Playing Them Like They Used To

Playing Them Like They Used To

By Colin Holter
Attending a mainstream classical music concert illustrates the bona fide epiphanies that a live performance of Beethoven, Ravel, and Pintscher can afford.

Written By

Colin Holter

I didn’t realize it, but until last week’s Saint Paul Chamber Orchestra performance at Temple Israel here in Minneapolis, I hadn’t been to a normal classical music concert—i.e., by a generalist professional classical music group in a non-university setting—for at least a year. With this newly refreshed perspective on the matter, I have a few observations to make:

First, where are the Gen-Xers? The stereotype, it turns out, is 99% true: An indisputable majority of the SPCO’s consumers were senior citizens. I was genuinely surprised by the extent to which this well-trod cliché was indeed borne out. Running a distant second, however, were folks of my own vintage, Gen-Y dorks who had come to get their fix of Ravel, Beethoven, and renegade Ermenegildo Zegna model Matthias Pintscher. Conspicuously absent were listeners age 35-55. I guess they were all doing stuff with their kids or whatever.

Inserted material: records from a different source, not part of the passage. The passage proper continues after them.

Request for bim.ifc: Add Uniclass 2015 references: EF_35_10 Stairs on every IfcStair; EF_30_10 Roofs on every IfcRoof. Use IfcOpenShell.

First a look at what the model holds.

```python
import ifcopenshell

model = ifcopenshell.open("bim.ifc")
print(model.schema)
print("classifications:", [c.Name for c in model.by_type("IfcClassification")])
for ifc_class in ("IfcDoor", "IfcRoof", "IfcStair", "IfcWall", "IfcWindow"):
    print(ifc_class, len(model.by_type(ifc_class)))
```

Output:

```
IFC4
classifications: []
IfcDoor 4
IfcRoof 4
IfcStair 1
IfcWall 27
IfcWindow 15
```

```python
import ifcopenshell
import ifcopenshell.api.classification

model = ifcopenshell.open("bim.ifc")

system = ifcopenshell.api.classification.add_classification(model, classification="Uniclass 2015")

codes = {
    "IfcStair": ("EF_35_10", "Stairs"),
    "IfcRoof": ("EF_30_10", "Roofs"),
}
for ifc_class, (code, name) in codes.items():
    products = model.by_type(ifc_class)
    ifcopenshell.api.classification.add_reference(
        model, products=products, classification=system, identification=code, name=name
    )
    print(code, len(products))

model.write("bim_v2.ifc")
```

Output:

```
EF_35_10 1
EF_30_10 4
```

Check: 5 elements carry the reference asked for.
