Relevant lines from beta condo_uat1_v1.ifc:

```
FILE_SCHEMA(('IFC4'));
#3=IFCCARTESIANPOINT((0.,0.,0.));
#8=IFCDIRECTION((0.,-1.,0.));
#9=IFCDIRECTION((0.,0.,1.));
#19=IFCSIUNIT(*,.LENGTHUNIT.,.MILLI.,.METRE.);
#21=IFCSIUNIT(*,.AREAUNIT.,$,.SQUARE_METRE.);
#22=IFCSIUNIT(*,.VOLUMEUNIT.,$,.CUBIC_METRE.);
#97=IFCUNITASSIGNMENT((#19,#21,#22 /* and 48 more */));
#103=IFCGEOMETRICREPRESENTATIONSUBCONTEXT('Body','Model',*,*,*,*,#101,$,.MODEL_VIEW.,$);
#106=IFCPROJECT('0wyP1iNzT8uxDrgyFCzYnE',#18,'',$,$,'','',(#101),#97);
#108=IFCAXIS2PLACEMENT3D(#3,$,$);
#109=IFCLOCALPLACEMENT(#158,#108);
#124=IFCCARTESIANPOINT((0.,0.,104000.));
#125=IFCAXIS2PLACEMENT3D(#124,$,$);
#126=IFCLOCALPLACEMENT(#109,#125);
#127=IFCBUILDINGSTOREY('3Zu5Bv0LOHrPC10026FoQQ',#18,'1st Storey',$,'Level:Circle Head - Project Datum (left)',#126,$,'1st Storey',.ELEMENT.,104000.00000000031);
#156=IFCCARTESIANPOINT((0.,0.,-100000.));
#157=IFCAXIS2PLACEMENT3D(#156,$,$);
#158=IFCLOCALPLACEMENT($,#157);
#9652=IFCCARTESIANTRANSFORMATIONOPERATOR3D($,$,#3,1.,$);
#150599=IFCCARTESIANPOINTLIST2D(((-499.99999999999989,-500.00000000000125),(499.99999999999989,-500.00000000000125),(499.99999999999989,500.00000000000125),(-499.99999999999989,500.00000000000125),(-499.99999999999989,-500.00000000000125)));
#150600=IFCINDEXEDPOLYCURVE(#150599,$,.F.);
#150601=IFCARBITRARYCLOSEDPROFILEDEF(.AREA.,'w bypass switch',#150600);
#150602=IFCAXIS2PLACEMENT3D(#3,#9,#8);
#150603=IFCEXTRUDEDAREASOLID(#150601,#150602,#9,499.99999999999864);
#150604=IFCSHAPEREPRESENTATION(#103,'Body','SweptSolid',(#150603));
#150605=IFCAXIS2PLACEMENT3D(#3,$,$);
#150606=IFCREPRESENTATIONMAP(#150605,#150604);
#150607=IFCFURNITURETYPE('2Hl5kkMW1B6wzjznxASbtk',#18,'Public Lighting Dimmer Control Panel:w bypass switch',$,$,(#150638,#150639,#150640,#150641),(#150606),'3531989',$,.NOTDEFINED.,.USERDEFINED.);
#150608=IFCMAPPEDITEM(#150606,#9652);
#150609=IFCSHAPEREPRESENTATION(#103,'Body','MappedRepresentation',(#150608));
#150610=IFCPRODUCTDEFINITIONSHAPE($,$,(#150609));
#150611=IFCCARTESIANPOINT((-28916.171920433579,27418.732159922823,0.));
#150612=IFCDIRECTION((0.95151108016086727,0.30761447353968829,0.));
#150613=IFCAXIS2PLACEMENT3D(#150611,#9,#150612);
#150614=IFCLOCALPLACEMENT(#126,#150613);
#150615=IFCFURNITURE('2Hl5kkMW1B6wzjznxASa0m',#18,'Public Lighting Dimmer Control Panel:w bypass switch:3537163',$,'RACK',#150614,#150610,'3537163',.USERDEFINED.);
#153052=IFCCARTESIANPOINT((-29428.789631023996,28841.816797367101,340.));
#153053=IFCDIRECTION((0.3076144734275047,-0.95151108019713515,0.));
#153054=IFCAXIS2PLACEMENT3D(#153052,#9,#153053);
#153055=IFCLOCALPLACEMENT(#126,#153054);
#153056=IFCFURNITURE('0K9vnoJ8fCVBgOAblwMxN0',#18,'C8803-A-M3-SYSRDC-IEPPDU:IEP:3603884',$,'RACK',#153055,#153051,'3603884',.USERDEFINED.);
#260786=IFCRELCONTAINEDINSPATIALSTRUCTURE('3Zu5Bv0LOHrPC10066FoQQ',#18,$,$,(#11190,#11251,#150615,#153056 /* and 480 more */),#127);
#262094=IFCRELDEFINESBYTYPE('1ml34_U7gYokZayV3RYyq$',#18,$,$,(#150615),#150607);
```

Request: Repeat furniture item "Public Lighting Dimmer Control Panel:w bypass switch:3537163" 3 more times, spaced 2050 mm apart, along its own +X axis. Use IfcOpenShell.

```python
import ifcopenshell
import ifcopenshell.api.geometry
import ifcopenshell.api.root
import ifcopenshell.util.element
import ifcopenshell.util.placement
import ifcopenshell.util.unit

model = ifcopenshell.open("beta condo_uat1_v1.ifc")
unit_scale = ifcopenshell.util.unit.calculate_unit_scale(model)


def reuse_history(source, copy):
    """copy_class also copies each property set's owner history, people and application; keep the originals."""
    for rel in copy.IsDefinedBy:
        if rel.is_a("IfcRelDefinesByProperties") and (history := rel.RelatingPropertyDefinition.OwnerHistory):
            rel.RelatingPropertyDefinition.OwnerHistory = source.OwnerHistory
            ifcopenshell.util.element.remove_deep2(model, history)


source = model.by_guid("2Hl5kkMW1B6wzjznxASa0m")
base = ifcopenshell.util.placement.get_local_placement(source.ObjectPlacement)
step = base[:3, 0] * 2.05 / unit_scale

for i in range(1, 4):
    copy = ifcopenshell.api.root.copy_class(model, product=source)
    copy.Representation = ifcopenshell.util.element.copy_deep(
        model, source.Representation, exclude=["IfcGeometricRepresentationContext", "IfcRepresentationMap"]
    )
    copy.Name = "Public Lighting Dimmer Control Panel:w bypass switch"
    copy.Tag = None
    reuse_history(source, copy)
    matrix = base.copy()
    matrix[:3, 3] += i * step
    print("added at", matrix[:3, 3].round(3) + 0.0)
    ifcopenshell.api.geometry.edit_object_placement(model, product=copy, matrix=matrix, is_si=False)

model.write("beta condo_uat1_v1_edited.ifc")
```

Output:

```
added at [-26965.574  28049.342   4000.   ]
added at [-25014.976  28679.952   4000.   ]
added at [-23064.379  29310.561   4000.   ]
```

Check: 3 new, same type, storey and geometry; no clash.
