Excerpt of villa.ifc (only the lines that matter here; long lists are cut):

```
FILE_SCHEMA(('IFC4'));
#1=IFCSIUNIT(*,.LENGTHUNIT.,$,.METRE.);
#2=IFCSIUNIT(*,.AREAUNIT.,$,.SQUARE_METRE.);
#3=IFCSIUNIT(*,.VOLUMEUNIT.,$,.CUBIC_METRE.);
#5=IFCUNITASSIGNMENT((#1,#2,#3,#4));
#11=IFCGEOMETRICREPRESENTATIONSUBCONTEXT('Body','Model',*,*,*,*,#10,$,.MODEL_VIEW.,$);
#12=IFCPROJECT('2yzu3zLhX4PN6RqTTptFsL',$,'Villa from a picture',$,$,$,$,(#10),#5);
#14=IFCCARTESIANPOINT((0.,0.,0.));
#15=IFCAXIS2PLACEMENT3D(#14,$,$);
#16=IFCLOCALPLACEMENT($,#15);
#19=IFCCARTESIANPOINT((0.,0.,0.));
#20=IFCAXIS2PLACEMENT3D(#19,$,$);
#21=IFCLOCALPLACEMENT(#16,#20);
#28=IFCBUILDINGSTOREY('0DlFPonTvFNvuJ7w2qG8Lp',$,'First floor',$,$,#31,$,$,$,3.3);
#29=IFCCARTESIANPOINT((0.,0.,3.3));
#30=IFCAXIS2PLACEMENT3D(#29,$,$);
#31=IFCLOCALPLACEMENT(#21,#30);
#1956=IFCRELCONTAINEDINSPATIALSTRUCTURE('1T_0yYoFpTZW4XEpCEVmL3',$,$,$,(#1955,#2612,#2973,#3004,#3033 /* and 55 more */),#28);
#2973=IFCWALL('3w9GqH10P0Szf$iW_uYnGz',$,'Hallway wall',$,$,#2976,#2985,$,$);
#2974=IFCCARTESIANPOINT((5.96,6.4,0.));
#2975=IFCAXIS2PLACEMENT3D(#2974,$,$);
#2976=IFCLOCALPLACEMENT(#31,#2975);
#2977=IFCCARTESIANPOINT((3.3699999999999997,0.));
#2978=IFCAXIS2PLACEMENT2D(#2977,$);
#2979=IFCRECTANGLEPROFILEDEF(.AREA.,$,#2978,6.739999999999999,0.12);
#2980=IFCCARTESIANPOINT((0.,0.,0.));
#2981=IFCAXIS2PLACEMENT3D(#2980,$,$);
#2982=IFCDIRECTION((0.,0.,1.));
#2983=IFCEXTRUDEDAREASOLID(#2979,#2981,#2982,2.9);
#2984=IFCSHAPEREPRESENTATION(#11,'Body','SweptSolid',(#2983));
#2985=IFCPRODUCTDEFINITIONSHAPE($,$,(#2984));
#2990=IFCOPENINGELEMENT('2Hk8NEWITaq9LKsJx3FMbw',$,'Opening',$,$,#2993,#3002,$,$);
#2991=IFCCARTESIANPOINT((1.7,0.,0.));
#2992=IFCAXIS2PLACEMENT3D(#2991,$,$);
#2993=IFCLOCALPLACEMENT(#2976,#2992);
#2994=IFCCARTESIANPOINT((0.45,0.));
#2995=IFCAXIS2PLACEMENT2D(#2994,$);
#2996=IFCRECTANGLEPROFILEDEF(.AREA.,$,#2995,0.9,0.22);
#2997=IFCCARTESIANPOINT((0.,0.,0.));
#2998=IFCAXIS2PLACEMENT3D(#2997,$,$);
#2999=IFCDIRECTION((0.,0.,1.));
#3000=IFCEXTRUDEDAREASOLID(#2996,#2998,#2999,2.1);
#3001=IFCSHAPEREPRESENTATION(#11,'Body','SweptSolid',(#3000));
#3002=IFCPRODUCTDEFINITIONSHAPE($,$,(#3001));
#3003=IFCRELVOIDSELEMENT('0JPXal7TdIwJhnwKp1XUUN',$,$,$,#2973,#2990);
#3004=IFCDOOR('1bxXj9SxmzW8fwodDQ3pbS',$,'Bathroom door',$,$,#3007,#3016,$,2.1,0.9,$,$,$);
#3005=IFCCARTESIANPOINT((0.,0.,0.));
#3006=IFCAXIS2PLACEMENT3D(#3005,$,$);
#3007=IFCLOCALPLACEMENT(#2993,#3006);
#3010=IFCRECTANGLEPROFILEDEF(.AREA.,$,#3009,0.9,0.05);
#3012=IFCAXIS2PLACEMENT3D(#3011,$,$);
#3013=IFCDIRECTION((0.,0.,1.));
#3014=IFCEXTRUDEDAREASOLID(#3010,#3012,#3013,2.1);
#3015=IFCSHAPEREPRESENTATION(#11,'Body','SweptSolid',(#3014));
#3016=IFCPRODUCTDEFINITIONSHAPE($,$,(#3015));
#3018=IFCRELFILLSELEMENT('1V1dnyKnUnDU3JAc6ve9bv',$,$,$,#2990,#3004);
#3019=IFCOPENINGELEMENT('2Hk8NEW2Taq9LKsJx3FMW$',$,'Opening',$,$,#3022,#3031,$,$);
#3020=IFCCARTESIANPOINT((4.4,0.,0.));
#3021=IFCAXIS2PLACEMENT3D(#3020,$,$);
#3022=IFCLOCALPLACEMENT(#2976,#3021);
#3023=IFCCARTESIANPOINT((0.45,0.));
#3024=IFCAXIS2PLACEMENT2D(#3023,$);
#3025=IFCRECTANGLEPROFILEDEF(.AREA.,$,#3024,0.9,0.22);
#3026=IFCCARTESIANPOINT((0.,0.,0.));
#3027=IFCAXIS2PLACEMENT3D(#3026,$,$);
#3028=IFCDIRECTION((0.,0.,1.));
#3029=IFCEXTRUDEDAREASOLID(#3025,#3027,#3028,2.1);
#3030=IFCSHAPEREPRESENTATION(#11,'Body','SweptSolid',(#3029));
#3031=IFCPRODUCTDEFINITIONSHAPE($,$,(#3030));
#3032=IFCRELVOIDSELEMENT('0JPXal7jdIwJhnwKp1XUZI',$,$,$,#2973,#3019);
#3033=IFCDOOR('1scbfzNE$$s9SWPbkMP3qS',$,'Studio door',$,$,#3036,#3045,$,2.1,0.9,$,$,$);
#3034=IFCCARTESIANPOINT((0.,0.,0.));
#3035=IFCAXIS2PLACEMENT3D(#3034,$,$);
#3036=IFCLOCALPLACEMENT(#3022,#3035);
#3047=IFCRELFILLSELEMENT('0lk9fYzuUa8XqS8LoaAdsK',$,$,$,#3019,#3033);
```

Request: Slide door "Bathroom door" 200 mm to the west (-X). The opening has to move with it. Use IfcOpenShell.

```python
import ifcopenshell
import ifcopenshell.api.geometry
import ifcopenshell.util.placement
import ifcopenshell.util.unit

model = ifcopenshell.open("villa.ifc")
unit_scale = ifcopenshell.util.unit.calculate_unit_scale(model)

door = model.by_guid("1bxXj9SxmzW8fwodDQ3pbS")
opening = door.FillsVoids[0].RelatingOpeningElement
wall = opening.VoidsElements[0].RelatingBuildingElement

wall_matrix = ifcopenshell.util.placement.get_local_placement(wall.ObjectPlacement)
shift = wall_matrix[:3, 0] * -0.2 / unit_scale
before = ifcopenshell.util.placement.get_local_placement(door.ObjectPlacement)[:3, 3].copy()

# The door is placed relative to its opening, so it follows when the opening moves.
matrix = ifcopenshell.util.placement.get_local_placement(opening.ObjectPlacement)
matrix[:3, 3] += shift
ifcopenshell.api.geometry.edit_object_placement(
    model, product=opening, matrix=matrix, is_si=False, should_transform_children=True
)

after = ifcopenshell.util.placement.get_local_placement(door.ObjectPlacement)[:3, 3]
print("door moved by", (after - before).round(3) + 0.0)

model.write("villa_edited.ifc")
```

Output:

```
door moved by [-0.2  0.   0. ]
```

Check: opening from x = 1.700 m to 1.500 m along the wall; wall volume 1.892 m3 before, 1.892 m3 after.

Second, and more encouragingly, the program’s newest piece, Pintscher’s Songs from Solomon’s Garden, was entirely well received. The piece (which you hardly need me to tell you is a setting from the Song of Songs) is not especially radical, but it sounds like it is; the listenership on the whole seemed very respectful if not downright affectionate toward it. Pintscher, whose music I first heard several years ago at a MusicNOW concert in Chicago, has a kung fu grip on a certain kind of continental large-chamber-ensemble sound-world, but unlike his contemporary Enno Poppe, for instance, he seems happy to leverage these techniques toward experientially normative, well-behaved pieces. He’s also a credible conductor, apparently. In any case, whether due to his haircut, his compositional chops, or his exuberant manner at the podium, the crowd just ate him up with a spoon. This is grounds for optimism: People may not be immune to the schmooze, but neither are they infants, and they won’t simply put their fingers in their ears when they hear an unusual sound. This should go without saying, but it was nice to witness confirmation.

Third, the SPCO is a pretty sound ensemble, and even though I disagree with many of their programming decisions, what they do is ultimately worthwhile. It’s not, as I sometimes worry, a form of charity to attend mainstream classical music concerts; it’s not just eat-your-vegetables fronting to assert that groups like the SPCO really do provide a valuable service. The question of whether one should avail oneself of that service out of guilt, out of the fear that someday one’s children might ask, “Where were you, Daddy, when the SPCO went bankrupt?”, is made pretty inconsequential by the bona fide epiphanies that a live performance of Beethoven, Ravel, and (why not) Pintscher can afford. This, too, should go without saying: The fact that it doesn’t should tell you quite a bit about the state of classical and contemporary music in America.